Akutstation, Intermediate Care (IMC) und Intensivstation (ITS) bilden ein durchgängiges Versorgungskontinuum. Internist:innen tragen hier die zentrale Verantwortung für Triage, Diagnostik, Akuttherapie, Verlaufskontrolle, Eskalation und Entlassmanagement. Damit Patientensicherheit, Qualität und Weiterbildung gleichermaßen gelingen, braucht es ein klar definiertes, praxistaugliches Kompetenzprofil - ergänzt um verlässliche strukturelle Rahmenbedingungen.

Fünf Kernbotschaften

  • Kompetenz folgt Setting: Akutstation, IMC und ITS benötigen abgestufte Kompetenzen - mit klaren Eskalationswegen.
  • Breite internistische Akutkompetenz ist Kernaufgabe: Sepsis, respiratorische Insuffizienz, akutes Koronarsyndrom, Rhythmusstörungen, Blutungen und Intoxikationen müssen sicher beherrscht werden.
  • POCUS und Monitoring sind Schlüsselqualifikationen: Ultraschall, Rhythmusdiagnostik und hämodynamische Einschätzung beschleunigen Entscheidungen und reduzieren Risiken.
  • Weiterbildung muss planbar sein: modular, kompetenzbasiert, mit Supervision, Simulation und geschützter Lernzeit.
  • Struktur entscheidet über Qualität: verlässliche Personalschlüssel, Delegation, digitale Entlastung und interprofessionelle Teams sind Voraussetzung.

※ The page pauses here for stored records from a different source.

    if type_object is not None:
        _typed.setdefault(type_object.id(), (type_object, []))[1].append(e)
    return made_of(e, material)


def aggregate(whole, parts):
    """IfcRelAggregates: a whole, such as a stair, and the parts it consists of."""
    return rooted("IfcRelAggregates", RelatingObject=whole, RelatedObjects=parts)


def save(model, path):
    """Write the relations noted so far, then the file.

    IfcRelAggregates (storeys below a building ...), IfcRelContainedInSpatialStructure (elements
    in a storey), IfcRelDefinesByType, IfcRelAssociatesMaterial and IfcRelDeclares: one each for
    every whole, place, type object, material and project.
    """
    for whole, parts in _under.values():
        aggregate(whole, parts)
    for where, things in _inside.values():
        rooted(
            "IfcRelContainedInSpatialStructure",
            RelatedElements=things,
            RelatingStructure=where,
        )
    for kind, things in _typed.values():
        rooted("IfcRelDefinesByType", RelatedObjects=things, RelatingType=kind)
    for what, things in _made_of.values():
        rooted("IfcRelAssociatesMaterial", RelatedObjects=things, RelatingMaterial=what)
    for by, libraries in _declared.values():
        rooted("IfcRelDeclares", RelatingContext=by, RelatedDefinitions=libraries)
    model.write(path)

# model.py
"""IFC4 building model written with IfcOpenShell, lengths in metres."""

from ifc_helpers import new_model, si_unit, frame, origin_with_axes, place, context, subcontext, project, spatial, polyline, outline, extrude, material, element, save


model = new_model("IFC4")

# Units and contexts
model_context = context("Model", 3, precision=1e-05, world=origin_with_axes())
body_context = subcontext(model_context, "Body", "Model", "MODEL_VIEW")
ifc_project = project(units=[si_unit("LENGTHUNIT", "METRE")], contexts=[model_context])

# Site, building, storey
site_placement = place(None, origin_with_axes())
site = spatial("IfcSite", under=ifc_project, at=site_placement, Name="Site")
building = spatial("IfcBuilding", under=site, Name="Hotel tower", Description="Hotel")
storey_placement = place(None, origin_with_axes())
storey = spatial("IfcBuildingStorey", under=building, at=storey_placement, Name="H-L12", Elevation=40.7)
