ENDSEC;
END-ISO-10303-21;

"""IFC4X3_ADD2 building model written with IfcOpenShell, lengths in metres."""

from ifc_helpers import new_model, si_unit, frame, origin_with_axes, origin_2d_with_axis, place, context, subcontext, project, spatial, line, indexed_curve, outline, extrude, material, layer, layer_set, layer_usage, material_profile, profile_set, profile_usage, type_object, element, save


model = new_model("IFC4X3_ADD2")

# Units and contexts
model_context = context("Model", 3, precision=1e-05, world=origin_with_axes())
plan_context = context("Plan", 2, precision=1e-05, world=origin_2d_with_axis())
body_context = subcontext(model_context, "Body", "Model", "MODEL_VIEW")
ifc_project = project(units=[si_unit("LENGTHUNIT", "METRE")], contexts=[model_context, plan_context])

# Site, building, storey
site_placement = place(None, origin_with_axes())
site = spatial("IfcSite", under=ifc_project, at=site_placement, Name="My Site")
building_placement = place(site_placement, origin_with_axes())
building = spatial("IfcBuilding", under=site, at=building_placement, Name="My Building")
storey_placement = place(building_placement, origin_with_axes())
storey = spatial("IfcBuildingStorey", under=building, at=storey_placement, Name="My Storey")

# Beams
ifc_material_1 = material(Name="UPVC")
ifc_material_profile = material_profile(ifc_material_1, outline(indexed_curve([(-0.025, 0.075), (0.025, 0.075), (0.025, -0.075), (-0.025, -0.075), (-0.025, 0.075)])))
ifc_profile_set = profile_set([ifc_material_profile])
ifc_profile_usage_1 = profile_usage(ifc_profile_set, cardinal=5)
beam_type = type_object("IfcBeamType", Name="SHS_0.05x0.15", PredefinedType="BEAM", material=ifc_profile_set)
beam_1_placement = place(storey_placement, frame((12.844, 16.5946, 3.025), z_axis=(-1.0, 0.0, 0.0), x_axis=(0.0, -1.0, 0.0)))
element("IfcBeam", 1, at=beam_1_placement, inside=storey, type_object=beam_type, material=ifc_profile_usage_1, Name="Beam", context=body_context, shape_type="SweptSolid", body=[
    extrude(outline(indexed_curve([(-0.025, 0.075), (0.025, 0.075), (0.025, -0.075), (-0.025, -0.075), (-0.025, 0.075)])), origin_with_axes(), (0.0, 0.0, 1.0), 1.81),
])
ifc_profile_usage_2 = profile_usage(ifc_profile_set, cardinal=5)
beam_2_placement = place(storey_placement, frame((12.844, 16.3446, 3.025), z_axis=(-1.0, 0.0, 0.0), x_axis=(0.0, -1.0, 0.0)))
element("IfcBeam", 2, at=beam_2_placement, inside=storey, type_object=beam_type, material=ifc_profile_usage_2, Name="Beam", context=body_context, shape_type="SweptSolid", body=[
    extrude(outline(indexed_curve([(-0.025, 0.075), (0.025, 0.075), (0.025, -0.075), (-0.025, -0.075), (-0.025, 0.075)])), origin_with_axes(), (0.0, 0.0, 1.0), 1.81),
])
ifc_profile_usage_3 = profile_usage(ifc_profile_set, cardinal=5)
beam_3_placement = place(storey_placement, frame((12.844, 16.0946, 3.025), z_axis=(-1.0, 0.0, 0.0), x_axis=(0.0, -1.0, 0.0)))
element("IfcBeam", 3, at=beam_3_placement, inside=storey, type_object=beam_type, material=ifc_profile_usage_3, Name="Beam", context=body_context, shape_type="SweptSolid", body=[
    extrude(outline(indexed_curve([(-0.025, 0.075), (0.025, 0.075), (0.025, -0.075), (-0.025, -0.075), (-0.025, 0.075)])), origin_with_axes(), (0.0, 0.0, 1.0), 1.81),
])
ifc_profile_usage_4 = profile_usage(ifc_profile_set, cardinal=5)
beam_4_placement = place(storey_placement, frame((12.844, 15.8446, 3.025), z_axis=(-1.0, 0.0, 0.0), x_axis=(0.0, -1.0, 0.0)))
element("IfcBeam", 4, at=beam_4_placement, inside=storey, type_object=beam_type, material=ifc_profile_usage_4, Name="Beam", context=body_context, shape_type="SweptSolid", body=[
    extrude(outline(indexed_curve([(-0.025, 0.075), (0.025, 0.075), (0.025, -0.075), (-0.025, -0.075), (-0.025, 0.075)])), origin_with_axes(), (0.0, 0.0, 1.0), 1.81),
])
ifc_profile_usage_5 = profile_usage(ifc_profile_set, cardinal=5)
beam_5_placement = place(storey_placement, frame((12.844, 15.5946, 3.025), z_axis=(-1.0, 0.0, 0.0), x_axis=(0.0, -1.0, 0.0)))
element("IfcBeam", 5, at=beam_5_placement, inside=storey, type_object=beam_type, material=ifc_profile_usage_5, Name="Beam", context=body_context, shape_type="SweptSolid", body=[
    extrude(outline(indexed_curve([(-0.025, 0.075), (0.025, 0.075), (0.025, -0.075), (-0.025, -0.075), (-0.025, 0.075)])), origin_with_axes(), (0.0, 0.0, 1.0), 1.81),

Versorgungskontext Akutstation - IMC - ITS

Die stationäre Innere Medizin versorgt zunehmend ältere, multimorbide Patient:innen bei gleichzeitig kürzeren Verweildauern. Die Folge ist eine höhere Akuität auf Normalstationen, eine wachsende Bedeutung der IMC als Puffer- und Überwachungsbereich sowie ein zunehmend komplexes intensivmedizinisches Krankheits- und Therapiespektrum.

Definitionen (kurz)

  • Akutstation: kontinuierliche Reevaluation, frühe Risikoerkennung (z. B. Early Warning Scores) und rasche Diagnostik-/Therapieeinleitung.
  • IMC: engmaschiges Monitoring und Therapie bei drohender Organfunktionsstörung (z. B. NIV, vasoaktive Medikation in niedriger Dosis) ohne Vollersatzverfahren.
  • ITS: Behandlung vital bedrohlicher Zustände mit Organersatzverfahren (invasive Beatmung, Nierenersatz, erweiterte Hämodynamik) und multiprofessioneller Hochleistungsmedizin.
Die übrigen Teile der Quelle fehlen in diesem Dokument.